Dissecting SAP's Second Quarter Courtesy of Bob Ferrari

Without question, the enterprise software market is going through a period of unprecedented turbulence. I've personally been looped into about half a dozen deals the past two quarters in the procurement space where planned ERP migrations / upgrades were put on hold, calling into question how best to invest in near-term Spend Management applications which were originally headed down the SAP/Oracle route. Collectively, these now deferred or cancelled deals are huge, representing hundreds of millions of dollars in software and consulting spending that is not going to happen. However, it could be a boon for non-ERP Spend Management providers who in many cases will benefit from the slowdown in planned ERP upgrades and migrations. But what does SAP's latest quarter tell us about the ERP and business applications market in general? Supply Chain Matters' Bob Ferrari has some useful things to say on the subject.

Bob reports that during the second quarter, SAP reported a "modest" 6% decline in total revenue, but software license revenue was down a "significant" 37% for the quarter "and the first six months of 2009". What does this mean for SAP? Bob writes that "from my viewpoint as an industry observer, you're going to hear and read about two different perspectives of SAP at this point.
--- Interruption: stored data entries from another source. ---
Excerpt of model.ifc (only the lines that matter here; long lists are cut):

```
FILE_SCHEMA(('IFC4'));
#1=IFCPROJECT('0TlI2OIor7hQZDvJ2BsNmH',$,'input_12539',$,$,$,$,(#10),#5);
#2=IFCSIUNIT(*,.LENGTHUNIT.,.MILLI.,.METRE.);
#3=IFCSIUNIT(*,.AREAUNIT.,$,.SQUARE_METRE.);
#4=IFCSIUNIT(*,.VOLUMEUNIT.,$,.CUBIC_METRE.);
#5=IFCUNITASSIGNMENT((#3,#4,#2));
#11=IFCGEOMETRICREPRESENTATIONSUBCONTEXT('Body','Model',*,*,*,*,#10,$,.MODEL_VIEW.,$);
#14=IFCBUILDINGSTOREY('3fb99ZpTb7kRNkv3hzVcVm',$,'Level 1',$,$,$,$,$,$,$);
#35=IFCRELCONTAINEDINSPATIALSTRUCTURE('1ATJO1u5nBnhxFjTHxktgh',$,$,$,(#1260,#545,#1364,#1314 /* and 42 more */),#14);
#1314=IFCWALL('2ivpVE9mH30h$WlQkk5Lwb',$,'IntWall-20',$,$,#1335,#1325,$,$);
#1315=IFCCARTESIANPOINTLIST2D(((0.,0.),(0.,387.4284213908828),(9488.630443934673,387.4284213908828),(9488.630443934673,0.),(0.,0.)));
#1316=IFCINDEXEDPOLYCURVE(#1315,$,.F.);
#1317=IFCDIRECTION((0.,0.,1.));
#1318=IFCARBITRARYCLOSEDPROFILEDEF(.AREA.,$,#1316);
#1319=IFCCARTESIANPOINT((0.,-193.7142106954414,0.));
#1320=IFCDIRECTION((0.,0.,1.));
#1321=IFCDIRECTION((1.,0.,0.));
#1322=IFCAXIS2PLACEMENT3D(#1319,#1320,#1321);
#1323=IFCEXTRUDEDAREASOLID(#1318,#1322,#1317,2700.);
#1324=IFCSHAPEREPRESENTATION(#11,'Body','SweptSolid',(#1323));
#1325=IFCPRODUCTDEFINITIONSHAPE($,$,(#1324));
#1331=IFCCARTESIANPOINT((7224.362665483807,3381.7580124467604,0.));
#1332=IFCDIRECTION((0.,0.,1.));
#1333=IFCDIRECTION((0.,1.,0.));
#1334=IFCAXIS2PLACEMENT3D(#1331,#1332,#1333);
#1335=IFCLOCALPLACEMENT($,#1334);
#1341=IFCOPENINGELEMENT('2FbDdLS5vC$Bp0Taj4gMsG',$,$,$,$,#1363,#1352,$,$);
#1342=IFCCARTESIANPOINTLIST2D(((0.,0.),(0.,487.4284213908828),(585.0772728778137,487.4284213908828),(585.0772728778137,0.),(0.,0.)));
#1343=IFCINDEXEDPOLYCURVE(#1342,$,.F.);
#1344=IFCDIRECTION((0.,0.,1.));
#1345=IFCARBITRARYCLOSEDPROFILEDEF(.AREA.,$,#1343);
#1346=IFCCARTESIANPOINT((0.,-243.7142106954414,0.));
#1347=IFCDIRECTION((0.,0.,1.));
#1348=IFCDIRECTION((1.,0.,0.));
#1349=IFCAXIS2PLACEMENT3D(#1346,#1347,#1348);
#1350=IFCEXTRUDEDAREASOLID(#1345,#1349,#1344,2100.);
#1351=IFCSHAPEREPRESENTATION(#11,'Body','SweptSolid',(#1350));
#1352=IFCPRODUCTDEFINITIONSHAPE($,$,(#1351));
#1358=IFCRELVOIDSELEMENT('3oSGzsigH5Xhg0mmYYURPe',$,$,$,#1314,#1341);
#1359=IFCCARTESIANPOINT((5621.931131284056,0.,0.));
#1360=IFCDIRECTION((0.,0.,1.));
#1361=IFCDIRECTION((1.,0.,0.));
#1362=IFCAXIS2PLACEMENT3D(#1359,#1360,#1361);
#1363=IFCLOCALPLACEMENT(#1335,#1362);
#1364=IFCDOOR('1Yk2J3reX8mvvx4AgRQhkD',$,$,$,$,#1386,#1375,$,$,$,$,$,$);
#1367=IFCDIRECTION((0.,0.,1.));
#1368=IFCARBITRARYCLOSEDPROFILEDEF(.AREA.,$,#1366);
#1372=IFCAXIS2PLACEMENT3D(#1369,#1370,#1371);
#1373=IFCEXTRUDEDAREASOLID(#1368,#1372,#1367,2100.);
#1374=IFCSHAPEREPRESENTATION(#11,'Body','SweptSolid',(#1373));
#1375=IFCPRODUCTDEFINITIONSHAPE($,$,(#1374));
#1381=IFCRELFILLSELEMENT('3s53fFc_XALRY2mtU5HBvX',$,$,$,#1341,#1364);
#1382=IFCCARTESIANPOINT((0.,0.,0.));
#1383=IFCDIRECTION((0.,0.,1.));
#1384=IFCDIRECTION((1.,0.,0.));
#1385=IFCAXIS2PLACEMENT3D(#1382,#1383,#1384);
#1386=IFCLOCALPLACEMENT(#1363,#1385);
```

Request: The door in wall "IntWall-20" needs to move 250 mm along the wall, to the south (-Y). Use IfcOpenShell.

```python
import ifcopenshell
import ifcopenshell.api.geometry
import ifcopenshell.util.placement
import ifcopenshell.util.unit

model = ifcopenshell.open("model.ifc")
unit_scale = ifcopenshell.util.unit.calculate_unit_scale(model)

door = model.by_guid("1Yk2J3reX8mvvx4AgRQhkD")
opening = door.FillsVoids[0].RelatingOpeningElement
wall = opening.VoidsElements[0].RelatingBuildingElement

wall_matrix = ifcopenshell.util.placement.get_local_placement(wall.ObjectPlacement)
shift = wall_matrix[:3, 0] * -0.25 / unit_scale
before = ifcopenshell.util.placement.get_local_placement(door.ObjectPlacement)[:3, 3].copy()

# The door is placed relative to its opening, so it follows when the opening moves.
matrix = ifcopenshell.util.placement.get_local_placement(opening.ObjectPlacement)
matrix[:3, 3] += shift
ifcopenshell.api.geometry.edit_object_placement(
    model, product=opening, matrix=matrix, is_si=False, should_transform_children=True
)

after = ifcopenshell.util.placement.get_local_placement(door.ObjectPlacement)[:3, 3]
print("door moved by", (after - before).round(3) + 0.0)

model.write("model_edited.ifc")
```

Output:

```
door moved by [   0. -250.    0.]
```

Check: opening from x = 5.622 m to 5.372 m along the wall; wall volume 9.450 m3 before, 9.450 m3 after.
From a financial results perspective, the company seems to be positively weathering the current global economic recession through its actions in controlling costs and spending. That is obviously good for SAP. From a market strategy and product marketing perspective, there are, by my lens, troubling warning signs."

Strategy wise, Bob believes SAP's recent investments aren't yet paying dividends when it comes to driving new sales. He argues that "the previous multi-year effort to transform applications to SAP's NetWeaver platform and the current SAP marketing emphasis on enabling more responsive business performance through analytics has not as yet helped in boosting software license sales". In the coming quarters, perhaps this might "portend" that even "more significant changes are in the wind for SAP," as Bob suggests. Which is no doubt good news for procurement organizations looking to help IT negotiate software purchases and upgrades at better price points than before. And it's also good news for procurement when it comes to getting more attention from SAP with On Demand investments in the Spend Management area. After all, even smaller deals right now are still deals.